As part of this collaboration, Ophthotech will work in partnership with internationally renowned scientists in gene therapy for orphan retinal diseases.

  • Investigators at the University of Florida include Professor Alfred S. Lewin, PhD, Program Director, Molecular Genetics and Microbiology and Professor William W. Hauswirth, PhD, Maida and Morris Rybaczki Eminent Scholar Chair in Ophthalmic Sciences.
  • Investigators at the University of Pennsylvania include Professor William A. Beltran, DVM, PhD, Director of the Division of Experimental Retinal Therapies, Department of Clinical Sciences and Advanced Medicine, School of Veterinary Medicine, and Professor Gustavo D. Aguirre, School of Veterinary Medicine, and from Penn’s Perelman School of Medicine and Scheie Eye Institute, Professor Samuel G. Jacobson, MD, PhD, Director of the Center for Hereditary Retinal Degenerations, and Professor Artur V. Cideciyan, PhD.

“The results of our gene therapy experiments in the canine model of RHO-adRP whose disease closely mimics that in humans have been encouraging,” stated Professor Beltran.
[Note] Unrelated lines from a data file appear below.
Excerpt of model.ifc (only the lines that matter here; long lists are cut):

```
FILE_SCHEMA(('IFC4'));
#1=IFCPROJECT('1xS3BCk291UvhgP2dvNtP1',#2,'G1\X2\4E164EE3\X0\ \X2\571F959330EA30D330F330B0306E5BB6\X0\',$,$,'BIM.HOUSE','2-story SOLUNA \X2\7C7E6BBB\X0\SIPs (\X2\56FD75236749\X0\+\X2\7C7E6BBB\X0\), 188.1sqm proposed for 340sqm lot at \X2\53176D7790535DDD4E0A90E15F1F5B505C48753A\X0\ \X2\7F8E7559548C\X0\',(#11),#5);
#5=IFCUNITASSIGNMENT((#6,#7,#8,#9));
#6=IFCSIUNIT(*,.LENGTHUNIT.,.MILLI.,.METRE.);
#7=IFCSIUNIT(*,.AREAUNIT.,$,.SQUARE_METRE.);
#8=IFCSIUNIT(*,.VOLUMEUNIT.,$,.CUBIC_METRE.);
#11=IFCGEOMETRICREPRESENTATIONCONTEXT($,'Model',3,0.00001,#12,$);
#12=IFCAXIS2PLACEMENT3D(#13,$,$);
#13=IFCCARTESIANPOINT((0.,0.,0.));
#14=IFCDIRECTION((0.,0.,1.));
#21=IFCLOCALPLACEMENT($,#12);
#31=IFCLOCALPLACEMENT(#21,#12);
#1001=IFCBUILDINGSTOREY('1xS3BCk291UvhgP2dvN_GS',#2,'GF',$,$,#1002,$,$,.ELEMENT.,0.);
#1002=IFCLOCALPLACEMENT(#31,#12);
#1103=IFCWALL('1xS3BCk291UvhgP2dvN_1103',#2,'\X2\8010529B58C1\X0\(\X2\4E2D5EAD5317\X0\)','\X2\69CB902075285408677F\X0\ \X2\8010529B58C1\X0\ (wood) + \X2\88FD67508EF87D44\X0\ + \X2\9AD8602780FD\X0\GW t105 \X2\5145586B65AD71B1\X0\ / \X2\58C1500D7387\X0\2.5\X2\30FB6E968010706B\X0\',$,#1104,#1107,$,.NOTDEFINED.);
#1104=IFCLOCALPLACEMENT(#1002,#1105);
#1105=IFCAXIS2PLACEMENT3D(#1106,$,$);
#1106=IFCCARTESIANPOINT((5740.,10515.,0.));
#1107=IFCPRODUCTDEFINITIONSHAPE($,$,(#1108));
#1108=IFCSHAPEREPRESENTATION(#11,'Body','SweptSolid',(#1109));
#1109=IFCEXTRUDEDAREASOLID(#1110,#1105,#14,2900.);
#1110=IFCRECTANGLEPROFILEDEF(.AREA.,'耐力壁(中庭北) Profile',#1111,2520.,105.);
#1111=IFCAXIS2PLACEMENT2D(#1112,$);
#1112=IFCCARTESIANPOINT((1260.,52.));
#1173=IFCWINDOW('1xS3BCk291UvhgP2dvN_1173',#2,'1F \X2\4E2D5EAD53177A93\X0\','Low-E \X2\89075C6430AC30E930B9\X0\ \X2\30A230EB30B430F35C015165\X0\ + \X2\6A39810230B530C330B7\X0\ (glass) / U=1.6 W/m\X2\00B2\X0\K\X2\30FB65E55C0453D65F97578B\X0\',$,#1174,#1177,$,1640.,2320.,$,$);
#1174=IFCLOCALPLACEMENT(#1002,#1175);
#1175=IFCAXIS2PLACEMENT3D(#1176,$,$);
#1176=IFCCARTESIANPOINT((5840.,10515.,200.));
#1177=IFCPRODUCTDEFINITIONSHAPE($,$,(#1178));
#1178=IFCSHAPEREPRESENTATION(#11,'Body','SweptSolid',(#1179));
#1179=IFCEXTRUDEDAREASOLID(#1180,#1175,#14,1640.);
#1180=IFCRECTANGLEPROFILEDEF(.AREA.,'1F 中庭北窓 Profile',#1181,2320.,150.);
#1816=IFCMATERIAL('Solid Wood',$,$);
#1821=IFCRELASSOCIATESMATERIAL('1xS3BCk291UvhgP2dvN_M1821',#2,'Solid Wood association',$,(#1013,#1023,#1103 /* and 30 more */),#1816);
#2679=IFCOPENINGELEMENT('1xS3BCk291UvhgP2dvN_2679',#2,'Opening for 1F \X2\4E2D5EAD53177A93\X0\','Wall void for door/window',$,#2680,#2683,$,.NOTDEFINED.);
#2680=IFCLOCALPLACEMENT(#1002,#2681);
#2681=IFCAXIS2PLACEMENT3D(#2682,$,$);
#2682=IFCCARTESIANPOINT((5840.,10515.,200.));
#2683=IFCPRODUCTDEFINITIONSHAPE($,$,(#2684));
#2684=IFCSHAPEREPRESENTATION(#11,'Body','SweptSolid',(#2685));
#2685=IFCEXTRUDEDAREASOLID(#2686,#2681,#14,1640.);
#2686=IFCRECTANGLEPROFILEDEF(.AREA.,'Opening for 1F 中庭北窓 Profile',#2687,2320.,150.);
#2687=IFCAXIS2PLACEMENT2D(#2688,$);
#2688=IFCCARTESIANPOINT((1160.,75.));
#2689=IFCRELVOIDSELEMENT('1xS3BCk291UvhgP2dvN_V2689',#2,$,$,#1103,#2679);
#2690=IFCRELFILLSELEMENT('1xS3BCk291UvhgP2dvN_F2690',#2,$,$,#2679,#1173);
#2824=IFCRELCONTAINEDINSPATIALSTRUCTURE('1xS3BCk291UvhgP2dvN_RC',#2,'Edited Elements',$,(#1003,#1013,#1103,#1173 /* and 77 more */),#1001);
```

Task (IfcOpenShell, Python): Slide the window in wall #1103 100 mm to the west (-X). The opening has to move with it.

```python
import ifcopenshell
import ifcopenshell.api.geometry
import ifcopenshell.util.placement
import ifcopenshell.util.unit

model = ifcopenshell.open("model.ifc")
unit_scale = ifcopenshell.util.unit.calculate_unit_scale(model)

window = model.by_id(1173)
opening = window.FillsVoids[0].RelatingOpeningElement
wall = opening.VoidsElements[0].RelatingBuildingElement

wall_matrix = ifcopenshell.util.placement.get_local_placement(wall.ObjectPlacement)
shift = wall_matrix[:3, 0] * -0.1 / unit_scale
before = ifcopenshell.util.placement.get_local_placement(window.ObjectPlacement)[:3, 3].copy()

# The window is not placed relative to its opening, so move both.
for product in (opening, window):
    matrix = ifcopenshell.util.placement.get_local_placement(product.ObjectPlacement)
    matrix[:3, 3] += shift
    ifcopenshell.api.geometry.edit_object_placement(model, product=product, matrix=matrix, is_si=False)

after = ifcopenshell.util.placement.get_local_placement(window.ObjectPlacement)[:3, 3]
print("window moved by", (after - before).round(3) + 0.0)

model.write("model_edited.ifc")
```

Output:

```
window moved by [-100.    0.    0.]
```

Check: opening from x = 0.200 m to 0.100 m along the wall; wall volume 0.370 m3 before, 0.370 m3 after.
“Orphan retinal degenerative diseases are potentially devastating to patients, who do not have any treatment options available to them,” stated Professor Lewin. “Gene therapy presents a compelling scientific approach for treating and potentially curing a wide range of retinal diseases.”

“This agreement highlights another step in our deep commitment to build a promising gene therapy portfolio through collaborations with leading academic institutions and innovative biotech companies to create value for our shareholders,” stated Glenn P. Sblendorio, Chief Executive Officer and President of Ophthotech. “We continue to focus our efforts on developing treatment options for patients with retinal diseases.”

It is estimated that there are approximately 11,000 RHO-adRP individuals in the United States and the five major European markets. There is currently no FDA or European Medicines Agency approved therapy to treat this orphan inherited retinal disease.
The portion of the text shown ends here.